# 1970 lemans front springs



## morris66 (Dec 27, 2010)

hi,new to this kind of thing. i am restoring my 70 lemans sport and am going for the 70s hot rod look. i dont want to lower the front, if anything raise it up. i am pretty sure it still has the stock springs.would it be better to just replace them or find something different?


----------



## jetstang (Nov 5, 2008)

JC Whitney has high lift springs that raise the front end, but they didn't work for me. Best thing to do is get some springs for an AC car, and it will raise the car to stock + ride height and give you a firmer ride. Or go aftermarket and get some stiffer springs, check Hotchkis.


----------



## freethinker (Nov 14, 2009)

morris66 said:


> hi,new to this kind of thing. i am restoring my 70 lemans sport and am going for the 70s hot rod look. i dont want to lower the front, if anything raise it up. i am pretty sure it still has the stock springs.would it be better to just replace them or find something different?

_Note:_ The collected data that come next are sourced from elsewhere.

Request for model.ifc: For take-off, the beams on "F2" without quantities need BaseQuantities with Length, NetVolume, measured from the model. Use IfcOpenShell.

First a look at what the model holds.

```python
import ifcopenshell
import ifcopenshell.util.element
import ifcopenshell.util.unit

model = ifcopenshell.open("model.ifc")
print(model.schema)
for unit_type in ("LENGTHUNIT", "AREAUNIT", "VOLUMEUNIT"):
    print(unit_type, ifcopenshell.util.unit.calculate_unit_scale(model, unit_type))
storey = next(s for s in model.by_type("IfcBuildingStorey") if s.Name == "F2")
beams = [e for e in ifcopenshell.util.element.get_decomposition(storey) if e.is_a("IfcBeam")]
for e in sorted(beams, key=lambda e: e.id()):
    print(e.id(), e.is_a(), e.Name, list(ifcopenshell.util.element.get_psets(e, qtos_only=True)), sep=" | ")
```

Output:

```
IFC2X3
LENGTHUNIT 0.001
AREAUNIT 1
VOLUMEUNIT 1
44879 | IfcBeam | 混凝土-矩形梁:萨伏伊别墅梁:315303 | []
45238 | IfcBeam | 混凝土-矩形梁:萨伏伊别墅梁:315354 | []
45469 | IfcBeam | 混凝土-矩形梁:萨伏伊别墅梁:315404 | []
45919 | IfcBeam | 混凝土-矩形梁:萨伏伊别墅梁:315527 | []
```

```python
import ifcopenshell
import ifcopenshell.api.pset
import ifcopenshell.geom
import ifcopenshell.util.element
import ifcopenshell.util.shape
import ifcopenshell.util.unit

model = ifcopenshell.open("model.ifc")
unit_scale = ifcopenshell.util.unit.calculate_unit_scale(model)
volume_scale = ifcopenshell.util.unit.calculate_unit_scale(model, "VOLUMEUNIT")
settings = ifcopenshell.geom.settings()

storey = next(s for s in model.by_type("IfcBuildingStorey") if s.Name == "F2")
beams = [e for e in ifcopenshell.util.element.get_decomposition(storey) if e.is_a("IfcBeam")]

for e in sorted(beams, key=lambda e: e.id()):
    if ifcopenshell.util.element.get_psets(e, qtos_only=True, should_inherit=False):
        continue
    # Geometry comes back in metres, in the element's own axes.
    shape = ifcopenshell.geom.create_shape(settings, e)
    values = {
        "Length": ifcopenshell.util.shape.get_max_xyz(shape.geometry) / unit_scale,
        "NetVolume": ifcopenshell.util.shape.get_volume(shape.geometry) / volume_scale,
    }
    qto = ifcopenshell.api.pset.add_qto(model, product=e, name="BaseQuantities")
    ifcopenshell.api.pset.edit_qto(model, qto=qto, properties=values)
    print(e.id(), {k: round(v, 3) for k, v in values.items()})

model.write("model_edited.ifc")
```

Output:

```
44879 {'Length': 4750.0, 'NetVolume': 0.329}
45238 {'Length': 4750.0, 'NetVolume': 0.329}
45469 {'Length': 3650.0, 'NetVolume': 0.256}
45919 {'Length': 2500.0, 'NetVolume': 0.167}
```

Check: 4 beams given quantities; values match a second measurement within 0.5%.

dont raise it too much. a body cars become impossible to align if you raise them up too high.


----------



## Instg8ter (Sep 28, 2010)

:agree stock springs for AC car should get you plenty high for that look, would imagine your original springs are just a little tired, did mine and she stands up tall and proud now rather than hunching.


----------



## 68greengoat (Sep 15, 2005)

No question, replace the springs. I would just replace with standard springs. The new ones should raise the front enough to your liking. Your current ones are probably sagging pretty good....


----------



## geeteeohguy (Feb 2, 2008)

I agree with all of the guys....stock or A/C springs will work great, the car will drive fine, and it won't eat tires or handle like [email protected] Gasser type cars with high front ends were not really happening in '70....(at least not with a '70 model year). By then, the nose was in the weeds. In about '67, the cars were getting airborne at 160+ mph at the track. By '68, they were a lot lower, and had started to get air dams, etc. For a true gasser look, a straight axle under the front end of a '64---'67 is the ticket!!


----------



## morris66 (Dec 27, 2010)

*re:front springs*

thanks for all the input i will probably ask more questions the further i get into the car. thanks again


----------